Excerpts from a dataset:
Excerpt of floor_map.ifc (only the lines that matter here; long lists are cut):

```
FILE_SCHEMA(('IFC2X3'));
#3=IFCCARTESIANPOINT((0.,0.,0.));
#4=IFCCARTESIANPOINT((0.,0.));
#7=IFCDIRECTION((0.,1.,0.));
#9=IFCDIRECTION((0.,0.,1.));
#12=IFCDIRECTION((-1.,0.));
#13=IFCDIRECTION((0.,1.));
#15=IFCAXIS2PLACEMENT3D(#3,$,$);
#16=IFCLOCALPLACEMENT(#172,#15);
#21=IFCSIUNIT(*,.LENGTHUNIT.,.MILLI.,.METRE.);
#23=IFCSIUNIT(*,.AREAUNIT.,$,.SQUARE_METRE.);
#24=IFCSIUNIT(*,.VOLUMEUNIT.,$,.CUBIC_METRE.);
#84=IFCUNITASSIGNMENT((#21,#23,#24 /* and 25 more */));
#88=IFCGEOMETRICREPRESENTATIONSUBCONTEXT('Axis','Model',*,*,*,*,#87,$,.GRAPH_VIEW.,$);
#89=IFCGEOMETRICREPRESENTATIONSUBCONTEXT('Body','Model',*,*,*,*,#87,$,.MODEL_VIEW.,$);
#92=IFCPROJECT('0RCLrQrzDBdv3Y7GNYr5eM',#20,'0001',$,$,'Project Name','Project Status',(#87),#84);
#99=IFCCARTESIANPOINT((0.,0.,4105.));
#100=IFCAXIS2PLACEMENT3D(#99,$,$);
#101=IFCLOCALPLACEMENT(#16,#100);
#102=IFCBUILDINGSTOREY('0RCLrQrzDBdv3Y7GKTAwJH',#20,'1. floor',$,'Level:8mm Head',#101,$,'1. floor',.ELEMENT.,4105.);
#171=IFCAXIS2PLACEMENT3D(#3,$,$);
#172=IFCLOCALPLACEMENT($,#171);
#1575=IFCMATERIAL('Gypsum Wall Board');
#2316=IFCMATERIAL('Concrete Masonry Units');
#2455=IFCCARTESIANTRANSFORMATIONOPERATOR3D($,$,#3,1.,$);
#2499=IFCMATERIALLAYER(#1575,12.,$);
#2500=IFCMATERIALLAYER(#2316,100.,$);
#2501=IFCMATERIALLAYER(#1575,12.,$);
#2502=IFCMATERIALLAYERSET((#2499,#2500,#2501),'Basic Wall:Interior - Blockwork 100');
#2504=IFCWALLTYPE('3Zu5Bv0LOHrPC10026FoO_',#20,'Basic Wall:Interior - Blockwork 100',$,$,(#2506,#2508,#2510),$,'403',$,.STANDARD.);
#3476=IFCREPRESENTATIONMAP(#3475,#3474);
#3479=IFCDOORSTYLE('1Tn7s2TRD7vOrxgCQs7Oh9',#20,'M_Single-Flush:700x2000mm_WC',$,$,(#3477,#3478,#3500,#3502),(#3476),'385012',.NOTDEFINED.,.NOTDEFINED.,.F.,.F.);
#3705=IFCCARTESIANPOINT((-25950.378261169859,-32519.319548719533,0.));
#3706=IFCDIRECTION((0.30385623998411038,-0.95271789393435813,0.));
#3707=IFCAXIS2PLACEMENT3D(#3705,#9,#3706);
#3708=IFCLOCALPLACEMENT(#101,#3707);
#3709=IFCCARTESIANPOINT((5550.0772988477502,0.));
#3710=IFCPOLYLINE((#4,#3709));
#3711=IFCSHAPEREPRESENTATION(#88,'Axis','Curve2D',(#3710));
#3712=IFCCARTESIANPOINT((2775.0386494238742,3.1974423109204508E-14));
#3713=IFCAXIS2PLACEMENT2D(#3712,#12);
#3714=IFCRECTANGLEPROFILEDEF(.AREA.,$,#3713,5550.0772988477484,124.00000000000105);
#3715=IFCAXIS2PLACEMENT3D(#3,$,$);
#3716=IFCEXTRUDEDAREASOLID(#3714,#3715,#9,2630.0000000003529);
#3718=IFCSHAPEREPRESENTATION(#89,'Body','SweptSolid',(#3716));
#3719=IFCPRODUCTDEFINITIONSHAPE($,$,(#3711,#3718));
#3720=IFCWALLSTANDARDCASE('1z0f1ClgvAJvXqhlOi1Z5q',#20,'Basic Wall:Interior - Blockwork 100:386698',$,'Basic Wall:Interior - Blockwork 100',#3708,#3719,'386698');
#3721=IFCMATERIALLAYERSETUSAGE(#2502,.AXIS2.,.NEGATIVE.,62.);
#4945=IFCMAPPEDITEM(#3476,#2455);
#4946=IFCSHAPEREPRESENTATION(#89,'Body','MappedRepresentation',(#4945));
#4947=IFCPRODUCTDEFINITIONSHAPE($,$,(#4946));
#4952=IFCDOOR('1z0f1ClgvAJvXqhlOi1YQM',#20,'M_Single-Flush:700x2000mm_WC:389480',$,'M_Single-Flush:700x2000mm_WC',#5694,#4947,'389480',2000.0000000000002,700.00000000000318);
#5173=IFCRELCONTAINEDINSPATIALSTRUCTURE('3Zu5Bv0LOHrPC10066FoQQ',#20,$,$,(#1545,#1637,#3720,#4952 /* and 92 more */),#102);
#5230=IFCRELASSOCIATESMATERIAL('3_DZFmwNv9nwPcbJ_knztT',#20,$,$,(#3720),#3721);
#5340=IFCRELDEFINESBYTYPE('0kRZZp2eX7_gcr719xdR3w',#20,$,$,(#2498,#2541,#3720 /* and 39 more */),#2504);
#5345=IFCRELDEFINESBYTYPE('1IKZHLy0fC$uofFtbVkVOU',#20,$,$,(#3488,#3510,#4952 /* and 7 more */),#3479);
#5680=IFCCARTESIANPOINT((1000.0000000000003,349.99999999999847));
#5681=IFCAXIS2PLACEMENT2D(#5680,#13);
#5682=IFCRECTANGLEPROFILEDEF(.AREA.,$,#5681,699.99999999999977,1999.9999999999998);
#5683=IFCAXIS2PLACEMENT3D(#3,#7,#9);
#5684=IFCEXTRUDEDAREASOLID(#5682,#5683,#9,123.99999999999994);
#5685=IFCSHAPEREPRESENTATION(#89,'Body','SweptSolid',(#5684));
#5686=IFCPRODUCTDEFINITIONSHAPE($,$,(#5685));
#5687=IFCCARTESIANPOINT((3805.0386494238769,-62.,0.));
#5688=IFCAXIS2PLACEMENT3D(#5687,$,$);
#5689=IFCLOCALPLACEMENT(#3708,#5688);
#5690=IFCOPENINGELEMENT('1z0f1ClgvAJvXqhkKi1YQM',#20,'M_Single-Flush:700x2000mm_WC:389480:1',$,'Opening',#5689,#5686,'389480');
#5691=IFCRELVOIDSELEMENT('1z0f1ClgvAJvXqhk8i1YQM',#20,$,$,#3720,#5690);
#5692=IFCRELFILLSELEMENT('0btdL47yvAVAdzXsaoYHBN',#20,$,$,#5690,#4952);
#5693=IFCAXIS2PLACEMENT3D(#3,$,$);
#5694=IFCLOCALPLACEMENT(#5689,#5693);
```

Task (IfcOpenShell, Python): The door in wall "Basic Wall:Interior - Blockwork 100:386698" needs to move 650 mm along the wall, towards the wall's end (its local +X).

```python
import ifcopenshell
import ifcopenshell.api.geometry
import ifcopenshell.util.placement
import ifcopenshell.util.unit

model = ifcopenshell.open("floor_map.ifc")
unit_scale = ifcopenshell.util.unit.calculate_unit_scale(model)

door = model.by_id(4952)
opening = door.FillsVoids[0].RelatingOpeningElement
wall = opening.VoidsElements[0].RelatingBuildingElement

wall_matrix = ifcopenshell.util.placement.get_local_placement(wall.ObjectPlacement)
shift = wall_matrix[:3, 0] * 0.65 / unit_scale
before = ifcopenshell.util.placement.get_local_placement(door.ObjectPlacement)[:3, 3].copy()

# The door is placed relative to its opening, so it follows when the opening moves.
matrix = ifcopenshell.util.placement.get_local_placement(opening.ObjectPlacement)
matrix[:3, 3] += shift
ifcopenshell.api.geometry.edit_object_placement(
    model, product=opening, matrix=matrix, is_si=False, should_transform_children=True
)

after = ifcopenshell.util.placement.get_local_placement(door.ObjectPlacement)[:3, 3]
print("door moved by", (after - before).round(3) + 0.0)

model.write("floor_map_v2.ifc")
```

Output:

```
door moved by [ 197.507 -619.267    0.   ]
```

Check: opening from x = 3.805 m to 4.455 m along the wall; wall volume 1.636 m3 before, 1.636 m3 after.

=== WORK INSTRUCTIONS ===
Looking at the records above, work out how many lines include the word "IFCSHAPEREPRESENTATION", then give that number by itself.

=== SOLUTION ===
4